In the same bill, which Walker officially signed into law Sunday, Walker approved an education budget that cuts $250 million from the University of Wisconsin’s budget and cuts funding to K-12 districts across the board.
In a July 3 statement, UW chancellor Becky Blank said of the then-proposed budget, “I am disappointed that the budget proposal coming out of the Joint Committee on Finance does not eliminate or modify the language around faculty dismissals to align with the standards of our peer institutions and the American Association of University Professors.”
“As with any university, our reputation depends on the quality of our faculty. Unfortunately, the inclusion of this language has created negative national publicity that will hinder the ability of UW–Madison to attract and retain the best faculty and staff,” she said.

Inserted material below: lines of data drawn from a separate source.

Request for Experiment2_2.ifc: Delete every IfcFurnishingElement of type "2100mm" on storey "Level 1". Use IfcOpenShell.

First a look at what the model holds.

```python
import ifcopenshell
import ifcopenshell.util.element

model = ifcopenshell.open("Experiment2_2.ifc")
print(model.schema)
storey = next(s for s in model.by_type("IfcBuildingStorey") if s.Name == "Level 1")
furniture = [e for e in ifcopenshell.util.element.get_decomposition(storey) if e.is_a("IfcFurnishingElement")]
seen = {}
for e in furniture:
    element_type = ifcopenshell.util.element.get_type(e)
    name = element_type.Name if element_type not in (None, e) else None
    seen[name] = seen.get(name, 0) + 1
for name, count in sorted(seen.items(), key=str):
    print(count, "x", name)
```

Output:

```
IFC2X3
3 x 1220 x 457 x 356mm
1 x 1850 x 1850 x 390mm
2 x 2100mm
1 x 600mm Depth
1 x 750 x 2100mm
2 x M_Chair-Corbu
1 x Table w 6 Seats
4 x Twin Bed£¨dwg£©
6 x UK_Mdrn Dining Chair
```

```python
import ifcopenshell
import ifcopenshell.api.root
import ifcopenshell.util.element

model = ifcopenshell.open("Experiment2_2.ifc")

storey = next(s for s in model.by_type("IfcBuildingStorey") if s.Name == "Level 1")
furniture = [e for e in ifcopenshell.util.element.get_decomposition(storey) if e.is_a("IfcFurnishingElement")]
targets = [e for e in furniture if (t := ifcopenshell.util.element.get_type(e)) not in (None, e) and t.Name == "2100mm"]

for e in targets:
    ifcopenshell.api.root.remove_product(model, product=e)
print(len(targets), "removed")

model.write("Experiment2_2_rev.ifc")
```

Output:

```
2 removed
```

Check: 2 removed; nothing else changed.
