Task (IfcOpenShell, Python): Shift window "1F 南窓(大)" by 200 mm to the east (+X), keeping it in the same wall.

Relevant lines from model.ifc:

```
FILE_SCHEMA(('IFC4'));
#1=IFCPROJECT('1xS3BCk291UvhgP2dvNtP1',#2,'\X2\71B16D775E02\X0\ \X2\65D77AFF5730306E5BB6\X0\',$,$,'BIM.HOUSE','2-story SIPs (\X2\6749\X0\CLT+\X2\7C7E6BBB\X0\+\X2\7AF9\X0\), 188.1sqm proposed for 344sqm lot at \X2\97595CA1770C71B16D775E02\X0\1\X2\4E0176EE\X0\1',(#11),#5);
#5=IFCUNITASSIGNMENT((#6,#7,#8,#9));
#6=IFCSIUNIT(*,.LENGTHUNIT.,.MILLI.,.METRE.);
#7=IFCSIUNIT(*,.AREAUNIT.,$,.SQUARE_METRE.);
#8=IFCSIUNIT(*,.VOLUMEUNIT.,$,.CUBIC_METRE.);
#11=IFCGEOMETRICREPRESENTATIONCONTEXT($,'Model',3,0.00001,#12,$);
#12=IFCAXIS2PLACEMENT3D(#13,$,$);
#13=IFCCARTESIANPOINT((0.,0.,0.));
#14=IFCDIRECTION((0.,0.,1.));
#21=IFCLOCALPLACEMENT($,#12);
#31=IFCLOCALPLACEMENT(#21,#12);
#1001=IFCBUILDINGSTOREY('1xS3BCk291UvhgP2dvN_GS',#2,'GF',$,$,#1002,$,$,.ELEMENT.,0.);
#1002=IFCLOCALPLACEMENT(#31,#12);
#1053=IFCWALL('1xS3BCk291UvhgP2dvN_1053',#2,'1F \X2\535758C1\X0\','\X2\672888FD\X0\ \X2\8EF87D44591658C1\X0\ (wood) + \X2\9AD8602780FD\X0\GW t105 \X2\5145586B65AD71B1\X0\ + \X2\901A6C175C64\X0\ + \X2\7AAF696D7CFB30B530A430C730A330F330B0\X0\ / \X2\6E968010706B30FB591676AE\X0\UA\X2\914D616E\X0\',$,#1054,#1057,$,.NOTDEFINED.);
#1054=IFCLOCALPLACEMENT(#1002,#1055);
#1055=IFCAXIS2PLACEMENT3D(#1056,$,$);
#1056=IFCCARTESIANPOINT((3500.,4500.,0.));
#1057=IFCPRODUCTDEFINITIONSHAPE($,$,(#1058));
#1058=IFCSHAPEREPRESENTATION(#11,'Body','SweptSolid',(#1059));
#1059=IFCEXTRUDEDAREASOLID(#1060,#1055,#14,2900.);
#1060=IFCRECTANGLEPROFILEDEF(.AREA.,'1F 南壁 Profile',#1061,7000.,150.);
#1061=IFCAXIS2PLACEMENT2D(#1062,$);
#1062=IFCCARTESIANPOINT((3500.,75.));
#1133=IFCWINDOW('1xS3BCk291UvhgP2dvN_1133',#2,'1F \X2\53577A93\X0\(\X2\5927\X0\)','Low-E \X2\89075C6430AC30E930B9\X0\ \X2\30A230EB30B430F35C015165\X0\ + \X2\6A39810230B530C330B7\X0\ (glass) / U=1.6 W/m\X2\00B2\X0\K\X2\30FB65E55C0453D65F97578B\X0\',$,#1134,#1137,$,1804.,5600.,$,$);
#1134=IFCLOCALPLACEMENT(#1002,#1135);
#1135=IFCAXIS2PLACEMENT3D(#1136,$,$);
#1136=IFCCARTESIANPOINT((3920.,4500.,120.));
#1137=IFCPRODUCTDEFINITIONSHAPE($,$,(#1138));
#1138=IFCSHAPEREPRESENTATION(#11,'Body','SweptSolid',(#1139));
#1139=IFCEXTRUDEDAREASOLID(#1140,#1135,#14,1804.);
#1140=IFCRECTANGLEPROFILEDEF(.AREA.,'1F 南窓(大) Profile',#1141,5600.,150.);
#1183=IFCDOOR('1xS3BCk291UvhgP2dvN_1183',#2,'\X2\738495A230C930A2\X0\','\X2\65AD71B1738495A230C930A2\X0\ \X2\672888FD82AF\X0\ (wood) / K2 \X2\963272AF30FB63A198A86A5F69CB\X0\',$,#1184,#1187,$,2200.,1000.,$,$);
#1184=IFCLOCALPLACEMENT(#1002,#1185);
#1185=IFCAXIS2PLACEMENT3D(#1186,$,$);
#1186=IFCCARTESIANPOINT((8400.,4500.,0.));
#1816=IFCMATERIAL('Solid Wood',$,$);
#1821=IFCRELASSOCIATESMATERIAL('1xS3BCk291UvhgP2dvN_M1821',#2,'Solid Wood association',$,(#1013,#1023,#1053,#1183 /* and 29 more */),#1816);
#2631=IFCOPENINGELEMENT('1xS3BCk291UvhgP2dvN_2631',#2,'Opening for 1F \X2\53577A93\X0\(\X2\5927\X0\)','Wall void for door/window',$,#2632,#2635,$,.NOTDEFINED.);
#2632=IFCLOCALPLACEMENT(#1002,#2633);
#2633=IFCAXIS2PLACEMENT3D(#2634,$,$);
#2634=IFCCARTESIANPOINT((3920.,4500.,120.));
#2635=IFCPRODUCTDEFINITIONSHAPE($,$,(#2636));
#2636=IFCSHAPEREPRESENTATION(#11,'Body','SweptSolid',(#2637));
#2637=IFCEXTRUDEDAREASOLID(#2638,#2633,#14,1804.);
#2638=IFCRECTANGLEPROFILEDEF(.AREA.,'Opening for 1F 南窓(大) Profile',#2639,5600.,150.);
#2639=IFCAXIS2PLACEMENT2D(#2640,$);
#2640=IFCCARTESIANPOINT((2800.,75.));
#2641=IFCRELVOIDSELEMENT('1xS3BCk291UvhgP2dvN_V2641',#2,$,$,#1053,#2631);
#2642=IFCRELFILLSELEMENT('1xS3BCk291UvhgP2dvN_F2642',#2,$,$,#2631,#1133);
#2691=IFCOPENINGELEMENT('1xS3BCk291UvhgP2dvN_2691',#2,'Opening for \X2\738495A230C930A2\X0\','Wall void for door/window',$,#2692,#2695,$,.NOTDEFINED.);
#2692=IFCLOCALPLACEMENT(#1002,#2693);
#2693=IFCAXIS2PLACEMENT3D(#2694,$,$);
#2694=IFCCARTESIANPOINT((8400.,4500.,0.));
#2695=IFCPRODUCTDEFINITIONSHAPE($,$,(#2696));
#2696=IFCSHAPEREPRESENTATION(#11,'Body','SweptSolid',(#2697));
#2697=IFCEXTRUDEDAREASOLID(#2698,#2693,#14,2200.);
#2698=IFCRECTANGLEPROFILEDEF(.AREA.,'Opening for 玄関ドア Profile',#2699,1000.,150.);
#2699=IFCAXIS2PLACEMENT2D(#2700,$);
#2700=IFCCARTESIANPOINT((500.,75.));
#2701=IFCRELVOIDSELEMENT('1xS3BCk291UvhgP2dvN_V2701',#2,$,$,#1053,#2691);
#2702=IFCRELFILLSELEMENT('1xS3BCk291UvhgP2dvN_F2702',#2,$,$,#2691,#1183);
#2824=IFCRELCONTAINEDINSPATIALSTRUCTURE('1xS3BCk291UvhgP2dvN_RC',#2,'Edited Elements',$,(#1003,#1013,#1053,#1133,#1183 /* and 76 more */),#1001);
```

```python
import ifcopenshell
import ifcopenshell.api.geometry
import ifcopenshell.util.placement

model = ifcopenshell.open("model.ifc")

window = model.by_guid("1xS3BCk291UvhgP2dvN_1133")
opening = window.FillsVoids[0].RelatingOpeningElement
wall = opening.VoidsElements[0].RelatingBuildingElement

wall_matrix = ifcopenshell.util.placement.get_local_placement(wall.ObjectPlacement)
shift = wall_matrix[:3, 0] * 200.0
before = ifcopenshell.util.placement.get_local_placement(window.ObjectPlacement)[:3, 3].copy()

# The window is not placed relative to its opening, so move both.
for product in (opening, window):
    matrix = ifcopenshell.util.placement.get_local_placement(product.ObjectPlacement)
    matrix[:3, 3] += shift
    ifcopenshell.api.geometry.edit_object_placement(model, product=product, matrix=matrix, is_si=False)

after = ifcopenshell.util.placement.get_local_placement(window.ObjectPlacement)[:3, 3]
print("window moved by", (after - before).round(3) + 0.0)

model.write("model_edited.ifc")
```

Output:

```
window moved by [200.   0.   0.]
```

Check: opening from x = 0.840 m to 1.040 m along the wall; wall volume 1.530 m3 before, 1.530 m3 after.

Faculty around the country took to Twitter in response to Walker’s candidacy announcement.
“Not even watching Scott Walker because I hope for what he did to Wisconsin academics, he is destroyed in the primary races,” said University of Pennsylvania Associate Professor of Religious Studies and Graduate Chair in the Department of Religious Studies Dr. Anthea Butler.
Assistant Professor of Creative Writing at Fitchberg State University in Massachussetts Dr. DeMisty Bellinger-Delfield asked, “UW-Madison and the rest of the UWs lose so much here. What’s a state school without tenure?” and later said “Scott Walker cannot be president. He cannot do to the U.S. what he has done to [Wisconsin].”

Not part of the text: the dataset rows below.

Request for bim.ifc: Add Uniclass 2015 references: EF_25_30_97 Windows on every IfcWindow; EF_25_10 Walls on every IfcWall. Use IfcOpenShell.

First a look at what the model holds.

```python
import ifcopenshell

model = ifcopenshell.open("bim.ifc")
print(model.schema)
print("classifications:", [c.Name for c in model.by_type("IfcClassification")])
for ifc_class in ("IfcDoor", "IfcRoof", "IfcStair", "IfcWall", "IfcWindow"):
    print(ifc_class, len(model.by_type(ifc_class)))
```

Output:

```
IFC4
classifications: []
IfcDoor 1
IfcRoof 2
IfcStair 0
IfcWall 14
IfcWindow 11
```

```python
import ifcopenshell
import ifcopenshell.api.classification

model = ifcopenshell.open("bim.ifc")

system = ifcopenshell.api.classification.add_classification(model, classification="Uniclass 2015")

codes = {
    "IfcWindow": ("EF_25_30_97", "Windows"),
    "IfcWall": ("EF_25_10", "Walls"),
}
for ifc_class, (code, name) in codes.items():
    products = model.by_type(ifc_class)
    ifcopenshell.api.classification.add_reference(
        model, products=products, classification=system, identification=code, name=name
    )
    print(code, len(products))

model.write("bim_rev.ifc")
```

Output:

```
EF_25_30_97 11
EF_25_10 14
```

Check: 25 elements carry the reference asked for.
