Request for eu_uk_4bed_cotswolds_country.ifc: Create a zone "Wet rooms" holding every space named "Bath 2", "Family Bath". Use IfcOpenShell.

First a look at what the model holds.

```python
import ifcopenshell

model = ifcopenshell.open("eu_uk_4bed_cotswolds_country.ifc")
print(model.schema)
seen = {}
for space in model.by_type("IfcSpace"):
    seen[space.LongName] = seen.get(space.LongName, 0) + 1
for name, count in sorted(seen.items(), key=str):
    print(count, "x", name)
print("zones:", [z.Name for z in model.by_type("IfcZone")][:20])
```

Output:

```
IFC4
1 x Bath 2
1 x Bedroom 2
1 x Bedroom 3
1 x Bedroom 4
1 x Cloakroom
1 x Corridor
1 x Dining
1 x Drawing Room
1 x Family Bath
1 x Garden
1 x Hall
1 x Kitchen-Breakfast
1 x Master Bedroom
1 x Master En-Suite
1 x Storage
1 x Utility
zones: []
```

```python
import ifcopenshell
import ifcopenshell.api.group
import ifcopenshell.api.root

model = ifcopenshell.open("eu_uk_4bed_cotswolds_country.ifc")

names = {"Bath 2", "Family Bath"}
spaces = [s for s in model.by_type("IfcSpace") if s.LongName in names]

zone = ifcopenshell.api.root.create_entity(model, ifc_class="IfcZone", name="Wet rooms")
ifcopenshell.api.group.assign_group(model, products=spaces, group=zone)
print(len(spaces), "spaces in", zone.Name)

model.write("eu_uk_4bed_cotswolds_country_edited.ifc")
```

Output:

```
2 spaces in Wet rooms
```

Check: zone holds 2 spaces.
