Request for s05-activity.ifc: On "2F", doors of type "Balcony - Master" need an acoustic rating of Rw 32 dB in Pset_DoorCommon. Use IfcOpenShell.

First a look at what the model holds.

```python
import ifcopenshell
import ifcopenshell.util.element

model = ifcopenshell.open("s05-activity.ifc")
print(model.schema)
storey = next(s for s in model.by_type("IfcBuildingStorey") if s.Name == "2F")
doors = [e for e in ifcopenshell.util.element.get_decomposition(storey) if e.is_a("IfcDoor")]
seen = {}
for e in doors:
    element_type = ifcopenshell.util.element.get_type(e)
    key = (element_type.Name if element_type != e and element_type else None, ifcopenshell.util.element.get_pset(e, "Pset_DoorCommon", "AcousticRating"))
    seen[key] = seen.get(key, 0) + 1
for (name, value), count in sorted(seen.items(), key=str):
    print(count, "x", name, "|", value)
```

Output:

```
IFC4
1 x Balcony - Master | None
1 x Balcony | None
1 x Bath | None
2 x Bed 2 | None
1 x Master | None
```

```python
import ifcopenshell
import ifcopenshell.api.pset
import ifcopenshell.util.element

model = ifcopenshell.open("s05-activity.ifc")

storey = next(s for s in model.by_type("IfcBuildingStorey") if s.Name == "2F")
doors = [e for e in ifcopenshell.util.element.get_decomposition(storey) if e.is_a("IfcDoor")]

count = 0
for e in doors:
    element_type = ifcopenshell.util.element.get_type(e)
    if element_type in (None, e) or element_type.Name != "Balcony - Master":
        continue
    # add_pset returns the element's existing set when there is one.
    pset = ifcopenshell.api.pset.add_pset(model, product=e, name="Pset_DoorCommon")
    ifcopenshell.api.pset.edit_pset(model, pset=pset, properties={"AcousticRating": "Rw 32 dB"})
    count += 1

print(count, "doors updated")

model.write("s05-activity_rev.ifc")
```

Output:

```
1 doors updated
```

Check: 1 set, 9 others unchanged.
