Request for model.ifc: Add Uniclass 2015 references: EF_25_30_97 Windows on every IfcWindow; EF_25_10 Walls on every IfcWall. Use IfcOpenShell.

First a look at what the model holds.

```python
import ifcopenshell

model = ifcopenshell.open("model.ifc")
print(model.schema)
print("classifications:", [c.Name for c in model.by_type("IfcClassification")])
for ifc_class in ("IfcDoor", "IfcRoof", "IfcStair", "IfcWall", "IfcWindow"):
    print(ifc_class, len(model.by_type(ifc_class)))
```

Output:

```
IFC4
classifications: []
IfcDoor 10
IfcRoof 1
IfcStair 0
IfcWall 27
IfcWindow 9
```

```python
import ifcopenshell
import ifcopenshell.api.classification

model = ifcopenshell.open("model.ifc")

system = ifcopenshell.api.classification.add_classification(model, classification="Uniclass 2015")

codes = {
    "IfcWindow": ("EF_25_30_97", "Windows"),
    "IfcWall": ("EF_25_10", "Walls"),
}
for ifc_class, (code, name) in codes.items():
    products = model.by_type(ifc_class)
    ifcopenshell.api.classification.add_reference(
        model, products=products, classification=system, identification=code, name=name
    )
    print(code, len(products))

model.write("model-out.ifc")
```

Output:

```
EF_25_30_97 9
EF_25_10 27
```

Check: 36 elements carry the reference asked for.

Dr. Lisa Amor Petrov, Assistant Professor of Spanish, director of the Latino & Latin American Studies Program at Dominican University, said: “No one ‘needs’ tenure, but without it there is no academic freedom to research/speak about unpopular topics/findings.”
Even UW social media intern Kevin Castro wondered how a guy who had just made significant cuts to the state’s education budget could wave a dollar bill around and ask rally attendees if they wouldn’t rather put the money into their child’s school.